Originally Posted by francescomarra (Post 438335)
Dear Mary,

sorry for my late answer. The question is simply explained. By fixing the flux you adjust at each time step the forcing function to ensure the correct flux. Ensuring the flux means to already satisfy the average of the velocity component normalt the coss section. Therefore errors in the computation of the stresses do not appears as flux errors.
Conversely, by just fixing the average pressure gradient, i.e. the force that "move" the fluid, and waiting for the average flux to equilibrate, it will be a results of how much well the stresses are computed. The computed numerical viscosity will affect the possibility for the medium to easely flow in the channel, and therefore the final value of the flux. If many errors are present in the computation they are anymore yet corrected during the computation to converge always to the same value of the flux, but accumulate and discrepancies can be quite large.

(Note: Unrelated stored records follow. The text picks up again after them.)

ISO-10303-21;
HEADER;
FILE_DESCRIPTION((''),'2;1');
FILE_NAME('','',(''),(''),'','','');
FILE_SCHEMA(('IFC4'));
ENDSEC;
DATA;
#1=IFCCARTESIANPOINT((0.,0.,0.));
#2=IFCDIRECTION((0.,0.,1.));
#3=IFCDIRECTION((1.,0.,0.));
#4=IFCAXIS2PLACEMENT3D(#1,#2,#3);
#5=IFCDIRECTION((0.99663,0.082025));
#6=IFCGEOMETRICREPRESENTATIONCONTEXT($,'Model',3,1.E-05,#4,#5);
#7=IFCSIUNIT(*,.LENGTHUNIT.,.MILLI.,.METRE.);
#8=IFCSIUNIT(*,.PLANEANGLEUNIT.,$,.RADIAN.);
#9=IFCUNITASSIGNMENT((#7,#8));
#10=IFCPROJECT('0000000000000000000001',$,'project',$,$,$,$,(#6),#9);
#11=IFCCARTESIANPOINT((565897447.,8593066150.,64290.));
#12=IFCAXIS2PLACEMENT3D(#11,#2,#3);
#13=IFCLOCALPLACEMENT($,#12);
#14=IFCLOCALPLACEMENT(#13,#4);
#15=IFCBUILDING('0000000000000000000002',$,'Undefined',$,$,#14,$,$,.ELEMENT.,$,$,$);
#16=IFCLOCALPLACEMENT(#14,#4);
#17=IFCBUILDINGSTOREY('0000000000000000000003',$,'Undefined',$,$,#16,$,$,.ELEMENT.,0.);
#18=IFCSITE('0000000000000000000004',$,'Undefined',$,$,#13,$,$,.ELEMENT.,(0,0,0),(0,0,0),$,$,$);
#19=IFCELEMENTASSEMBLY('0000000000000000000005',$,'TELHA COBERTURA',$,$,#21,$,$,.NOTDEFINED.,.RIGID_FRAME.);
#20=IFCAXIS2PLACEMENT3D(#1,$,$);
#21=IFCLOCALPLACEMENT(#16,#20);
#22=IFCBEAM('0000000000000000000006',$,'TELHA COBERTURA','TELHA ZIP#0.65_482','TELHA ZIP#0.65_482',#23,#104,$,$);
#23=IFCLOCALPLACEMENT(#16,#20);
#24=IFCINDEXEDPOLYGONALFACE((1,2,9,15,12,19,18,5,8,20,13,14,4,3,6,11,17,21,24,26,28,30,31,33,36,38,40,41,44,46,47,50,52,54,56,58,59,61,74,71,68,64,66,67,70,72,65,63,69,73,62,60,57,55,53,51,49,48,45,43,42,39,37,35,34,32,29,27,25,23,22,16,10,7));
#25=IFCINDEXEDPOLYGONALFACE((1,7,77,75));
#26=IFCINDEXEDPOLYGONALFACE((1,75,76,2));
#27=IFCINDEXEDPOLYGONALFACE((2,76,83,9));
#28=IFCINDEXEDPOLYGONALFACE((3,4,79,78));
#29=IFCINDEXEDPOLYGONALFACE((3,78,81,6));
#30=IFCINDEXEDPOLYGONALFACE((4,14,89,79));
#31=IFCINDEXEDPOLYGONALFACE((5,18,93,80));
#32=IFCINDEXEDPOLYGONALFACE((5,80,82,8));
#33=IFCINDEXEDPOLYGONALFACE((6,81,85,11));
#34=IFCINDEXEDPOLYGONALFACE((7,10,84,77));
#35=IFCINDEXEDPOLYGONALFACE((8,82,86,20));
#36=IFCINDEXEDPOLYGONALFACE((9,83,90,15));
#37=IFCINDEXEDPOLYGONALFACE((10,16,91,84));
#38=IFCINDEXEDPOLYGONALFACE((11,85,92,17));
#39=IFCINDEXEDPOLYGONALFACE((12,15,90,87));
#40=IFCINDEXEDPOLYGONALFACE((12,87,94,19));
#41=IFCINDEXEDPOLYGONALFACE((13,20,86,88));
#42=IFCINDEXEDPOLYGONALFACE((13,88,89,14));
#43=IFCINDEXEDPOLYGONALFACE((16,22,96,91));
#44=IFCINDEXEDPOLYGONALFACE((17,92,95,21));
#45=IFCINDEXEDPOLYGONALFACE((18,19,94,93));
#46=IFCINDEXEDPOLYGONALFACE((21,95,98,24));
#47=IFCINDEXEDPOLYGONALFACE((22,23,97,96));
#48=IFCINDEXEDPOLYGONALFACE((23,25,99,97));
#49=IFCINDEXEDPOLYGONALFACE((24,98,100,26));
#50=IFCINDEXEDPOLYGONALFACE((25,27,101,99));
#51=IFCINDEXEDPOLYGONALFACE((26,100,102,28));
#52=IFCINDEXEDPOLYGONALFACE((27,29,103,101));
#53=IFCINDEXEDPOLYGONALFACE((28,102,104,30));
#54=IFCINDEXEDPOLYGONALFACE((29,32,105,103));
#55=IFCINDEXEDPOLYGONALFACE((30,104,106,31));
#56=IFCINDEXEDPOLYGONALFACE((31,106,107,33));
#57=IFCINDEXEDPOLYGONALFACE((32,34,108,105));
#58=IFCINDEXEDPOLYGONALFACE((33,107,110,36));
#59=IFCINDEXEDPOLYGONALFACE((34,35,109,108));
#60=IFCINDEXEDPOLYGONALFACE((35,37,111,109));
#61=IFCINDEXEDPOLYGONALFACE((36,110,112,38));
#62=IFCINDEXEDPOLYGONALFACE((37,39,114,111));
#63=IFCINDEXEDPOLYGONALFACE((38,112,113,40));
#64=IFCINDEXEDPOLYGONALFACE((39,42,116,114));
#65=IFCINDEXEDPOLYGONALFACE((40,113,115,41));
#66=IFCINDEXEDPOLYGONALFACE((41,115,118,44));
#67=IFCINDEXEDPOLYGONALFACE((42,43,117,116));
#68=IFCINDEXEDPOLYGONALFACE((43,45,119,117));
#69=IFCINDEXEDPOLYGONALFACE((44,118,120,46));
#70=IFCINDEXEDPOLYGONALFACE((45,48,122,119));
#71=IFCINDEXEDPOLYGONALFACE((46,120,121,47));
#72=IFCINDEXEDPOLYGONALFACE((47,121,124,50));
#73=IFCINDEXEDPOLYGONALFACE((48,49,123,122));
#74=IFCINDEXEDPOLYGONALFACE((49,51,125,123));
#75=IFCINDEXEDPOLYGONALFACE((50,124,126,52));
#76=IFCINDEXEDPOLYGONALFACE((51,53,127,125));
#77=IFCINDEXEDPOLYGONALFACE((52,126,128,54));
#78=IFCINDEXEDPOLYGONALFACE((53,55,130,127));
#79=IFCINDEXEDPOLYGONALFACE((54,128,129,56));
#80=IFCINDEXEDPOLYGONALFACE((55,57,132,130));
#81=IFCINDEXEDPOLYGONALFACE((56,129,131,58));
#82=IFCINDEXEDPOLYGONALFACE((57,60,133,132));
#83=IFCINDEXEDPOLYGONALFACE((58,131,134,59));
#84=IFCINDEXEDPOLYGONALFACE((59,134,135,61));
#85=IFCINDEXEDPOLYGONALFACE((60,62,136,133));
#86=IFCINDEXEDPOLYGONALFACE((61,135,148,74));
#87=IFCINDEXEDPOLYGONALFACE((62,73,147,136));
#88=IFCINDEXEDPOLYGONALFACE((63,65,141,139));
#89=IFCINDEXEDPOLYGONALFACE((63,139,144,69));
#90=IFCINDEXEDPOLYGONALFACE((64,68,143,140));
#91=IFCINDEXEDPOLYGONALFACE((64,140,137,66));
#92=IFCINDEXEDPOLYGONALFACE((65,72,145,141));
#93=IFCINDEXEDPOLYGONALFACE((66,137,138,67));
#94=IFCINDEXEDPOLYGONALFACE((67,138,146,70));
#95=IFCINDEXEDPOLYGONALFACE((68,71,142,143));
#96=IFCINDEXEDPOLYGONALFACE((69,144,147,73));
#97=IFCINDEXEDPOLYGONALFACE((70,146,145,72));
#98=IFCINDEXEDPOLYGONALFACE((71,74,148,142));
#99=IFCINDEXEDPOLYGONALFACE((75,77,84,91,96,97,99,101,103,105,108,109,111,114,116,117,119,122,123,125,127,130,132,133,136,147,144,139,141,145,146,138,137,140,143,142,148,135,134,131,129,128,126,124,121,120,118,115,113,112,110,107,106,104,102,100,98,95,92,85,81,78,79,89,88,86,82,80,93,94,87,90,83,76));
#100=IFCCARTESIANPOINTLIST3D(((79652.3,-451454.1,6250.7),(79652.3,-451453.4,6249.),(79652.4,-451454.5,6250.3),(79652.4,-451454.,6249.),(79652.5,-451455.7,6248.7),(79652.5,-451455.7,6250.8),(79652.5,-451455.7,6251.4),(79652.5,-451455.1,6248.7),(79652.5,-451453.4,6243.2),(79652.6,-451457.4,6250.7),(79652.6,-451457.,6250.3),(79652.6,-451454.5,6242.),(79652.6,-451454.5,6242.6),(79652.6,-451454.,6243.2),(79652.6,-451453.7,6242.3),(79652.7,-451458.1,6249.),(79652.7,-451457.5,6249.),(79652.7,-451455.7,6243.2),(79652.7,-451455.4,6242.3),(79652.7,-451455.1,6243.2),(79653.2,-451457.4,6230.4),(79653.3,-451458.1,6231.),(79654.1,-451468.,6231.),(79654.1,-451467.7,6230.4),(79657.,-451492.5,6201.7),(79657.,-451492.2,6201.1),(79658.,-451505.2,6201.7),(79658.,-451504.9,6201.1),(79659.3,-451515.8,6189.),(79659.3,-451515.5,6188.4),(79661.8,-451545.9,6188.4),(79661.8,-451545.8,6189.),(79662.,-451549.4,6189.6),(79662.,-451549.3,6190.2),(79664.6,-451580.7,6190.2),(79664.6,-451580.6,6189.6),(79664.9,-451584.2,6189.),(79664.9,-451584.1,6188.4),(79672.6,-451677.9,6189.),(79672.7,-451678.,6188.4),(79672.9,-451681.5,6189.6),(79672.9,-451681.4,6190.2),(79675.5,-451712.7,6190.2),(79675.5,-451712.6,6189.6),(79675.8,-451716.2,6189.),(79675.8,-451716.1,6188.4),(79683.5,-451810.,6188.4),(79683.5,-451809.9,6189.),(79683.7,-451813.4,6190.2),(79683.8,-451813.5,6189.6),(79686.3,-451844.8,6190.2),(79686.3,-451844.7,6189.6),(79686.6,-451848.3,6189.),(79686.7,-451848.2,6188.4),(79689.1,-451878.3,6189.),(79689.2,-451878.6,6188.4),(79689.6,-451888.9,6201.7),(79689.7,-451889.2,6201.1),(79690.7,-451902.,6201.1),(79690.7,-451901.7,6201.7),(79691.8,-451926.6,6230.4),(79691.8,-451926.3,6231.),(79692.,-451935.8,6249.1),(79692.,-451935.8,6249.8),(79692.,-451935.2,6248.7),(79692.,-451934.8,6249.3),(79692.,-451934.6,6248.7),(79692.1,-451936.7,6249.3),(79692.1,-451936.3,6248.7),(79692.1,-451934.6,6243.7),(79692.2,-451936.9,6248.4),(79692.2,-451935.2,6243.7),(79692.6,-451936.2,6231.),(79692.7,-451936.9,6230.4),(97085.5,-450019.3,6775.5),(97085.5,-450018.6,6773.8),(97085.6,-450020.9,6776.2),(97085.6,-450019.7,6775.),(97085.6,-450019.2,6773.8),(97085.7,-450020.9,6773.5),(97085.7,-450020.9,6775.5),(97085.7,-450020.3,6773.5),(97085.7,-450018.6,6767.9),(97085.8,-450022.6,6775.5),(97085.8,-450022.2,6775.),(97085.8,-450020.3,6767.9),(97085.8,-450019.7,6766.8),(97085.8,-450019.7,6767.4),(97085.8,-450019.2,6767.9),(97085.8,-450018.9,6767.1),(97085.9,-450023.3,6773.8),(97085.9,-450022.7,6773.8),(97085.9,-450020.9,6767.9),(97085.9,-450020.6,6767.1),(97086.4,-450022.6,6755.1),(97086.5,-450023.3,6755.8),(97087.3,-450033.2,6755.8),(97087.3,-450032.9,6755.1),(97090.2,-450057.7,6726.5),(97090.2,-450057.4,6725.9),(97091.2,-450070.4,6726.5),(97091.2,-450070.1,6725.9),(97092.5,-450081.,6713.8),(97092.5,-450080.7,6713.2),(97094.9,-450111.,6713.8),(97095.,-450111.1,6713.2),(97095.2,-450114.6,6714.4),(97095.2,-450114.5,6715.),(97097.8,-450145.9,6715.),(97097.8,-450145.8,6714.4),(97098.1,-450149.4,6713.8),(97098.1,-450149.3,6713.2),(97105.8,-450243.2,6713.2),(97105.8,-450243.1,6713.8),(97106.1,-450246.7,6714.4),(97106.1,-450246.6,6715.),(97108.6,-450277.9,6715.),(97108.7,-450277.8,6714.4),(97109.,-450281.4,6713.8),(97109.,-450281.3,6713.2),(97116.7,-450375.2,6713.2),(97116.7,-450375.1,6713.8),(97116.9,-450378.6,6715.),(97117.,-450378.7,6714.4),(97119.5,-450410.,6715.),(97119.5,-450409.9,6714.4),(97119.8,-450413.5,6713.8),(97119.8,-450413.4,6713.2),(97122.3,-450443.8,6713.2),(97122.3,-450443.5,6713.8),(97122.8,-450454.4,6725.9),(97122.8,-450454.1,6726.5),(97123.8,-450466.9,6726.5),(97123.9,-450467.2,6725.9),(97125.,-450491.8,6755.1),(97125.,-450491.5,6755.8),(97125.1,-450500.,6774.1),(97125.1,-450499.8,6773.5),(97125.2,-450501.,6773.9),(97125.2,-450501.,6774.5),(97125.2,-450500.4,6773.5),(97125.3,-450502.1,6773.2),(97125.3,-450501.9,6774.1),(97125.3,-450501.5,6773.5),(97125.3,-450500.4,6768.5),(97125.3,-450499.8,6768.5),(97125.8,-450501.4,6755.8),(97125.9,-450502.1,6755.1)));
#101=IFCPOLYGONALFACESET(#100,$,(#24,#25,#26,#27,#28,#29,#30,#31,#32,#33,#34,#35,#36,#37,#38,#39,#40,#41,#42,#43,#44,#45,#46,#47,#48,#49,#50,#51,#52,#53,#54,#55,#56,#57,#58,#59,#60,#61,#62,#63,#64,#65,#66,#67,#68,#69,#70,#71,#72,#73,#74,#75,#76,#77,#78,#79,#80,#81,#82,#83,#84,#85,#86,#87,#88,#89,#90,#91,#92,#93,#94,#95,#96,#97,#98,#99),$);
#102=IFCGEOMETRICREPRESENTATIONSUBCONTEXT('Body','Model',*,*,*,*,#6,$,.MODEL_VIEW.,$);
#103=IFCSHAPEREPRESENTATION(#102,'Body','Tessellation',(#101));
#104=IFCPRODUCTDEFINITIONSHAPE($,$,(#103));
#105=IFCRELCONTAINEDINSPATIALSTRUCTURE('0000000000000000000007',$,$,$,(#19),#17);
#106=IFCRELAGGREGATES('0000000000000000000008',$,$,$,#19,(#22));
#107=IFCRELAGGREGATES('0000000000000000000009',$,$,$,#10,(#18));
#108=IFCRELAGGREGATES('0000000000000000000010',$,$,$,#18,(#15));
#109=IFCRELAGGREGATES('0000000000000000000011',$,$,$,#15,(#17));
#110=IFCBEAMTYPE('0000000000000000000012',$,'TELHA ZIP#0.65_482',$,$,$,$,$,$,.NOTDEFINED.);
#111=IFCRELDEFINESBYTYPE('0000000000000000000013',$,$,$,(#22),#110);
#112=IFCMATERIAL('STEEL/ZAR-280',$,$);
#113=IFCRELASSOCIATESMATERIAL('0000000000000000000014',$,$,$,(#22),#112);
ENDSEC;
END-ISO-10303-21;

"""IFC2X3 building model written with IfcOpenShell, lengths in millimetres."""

from ifc_helpers import new_model, si_unit, direction, frame, origin_with_axes, place, context, subcontext, project, spatial, polyline, outline, extrude, material, type_object, element, aggregate, save


model = new_model("IFC2X3")

# Units and contexts
model_context = context("Model", 3, precision=1e-05, world=origin_with_axes(), true_north=direction((0.99663, 0.082025)))
body_context = subcontext(model_context, "Body", "Model", "MODEL_VIEW")
ifc_project = project(units=[si_unit("LENGTHUNIT", "METRE", prefix="MILLI"), si_unit("PLANEANGLEUNIT", "RADIAN")], contexts=[model_context])

# Site, building, storey
site_placement = place(None, frame((565897447.0, 8593066150.0, 64290.0), z_axis=(0.0, 0.0, 1.0), x_axis=(1.0, 0.0, 0.0)))
site = spatial("IfcSite", under=ifc_project, at=site_placement, Name="Undefined", CompositionType="ELEMENT", RefLatitude=(0, 0, 0), RefLongitude=(0, 0, 0))
building_placement = place(site_placement, origin_with_axes())
building = spatial("IfcBuilding", under=site, at=building_placement, Name="Undefined", CompositionType="ELEMENT")
storey_placement = place(building_placement, origin_with_axes())
storey = spatial("IfcBuildingStorey", under=building, at=storey_placement, Name="Undefined", CompositionType="ELEMENT", Elevation=0.0)

# Element assembly, beam
ifc_material_1 = material(Name="STEEL/ZAR-280")
beam_type_1 = type_object("IfcBeamType", Name="TELHA ZIP#0.65_482", PredefinedType="NOTDEFINED")
assembly_1_placement = place(storey_placement, origin_with_axes())
assembly_1 = element("IfcElementAssembly", 1, at=assembly_1_placement, inside=storey, Name="TELHA COBERTURA", AssemblyPlace="NOTDEFINED", PredefinedType="RIGID_FRAME")
beam_1_placement = place(assembly_1_placement, frame((79673.1, -451695.1, 6219.6), z_axis=(-0.029885, -0.00246, 0.99955), x_axis=(0.996182, 0.081989, 0.029987)))
beam_1 = element("IfcBeam", 2, at=beam_1_placement, type_object=beam_type_1, material=ifc_material_1, Name="TELHA COBERTURA", Description="TELHA ZIP#0.65_482", ObjectType="TELHA ZIP#0.65_482", context=body_context, shape_type="SweptSolid", body=[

I hope this clarify the concept.

Best regards,

Franco

Hi,
Just as you say, fixing the flux and fixing the force are two ways to simulate channel flow. If the flux is fixed, that means the velocity across the channel is identified. While if the pressure gradient is fixed, the flux is pushed to vary according to the pressure gradient. I've used the two ways to simulate in Ansys CFX, however, when the channel rotates, only the fixed pressure gradient seems correct, and a strange thing happens that the velocity is almost 20times the data in papers. So in your opinion, which way is recommended?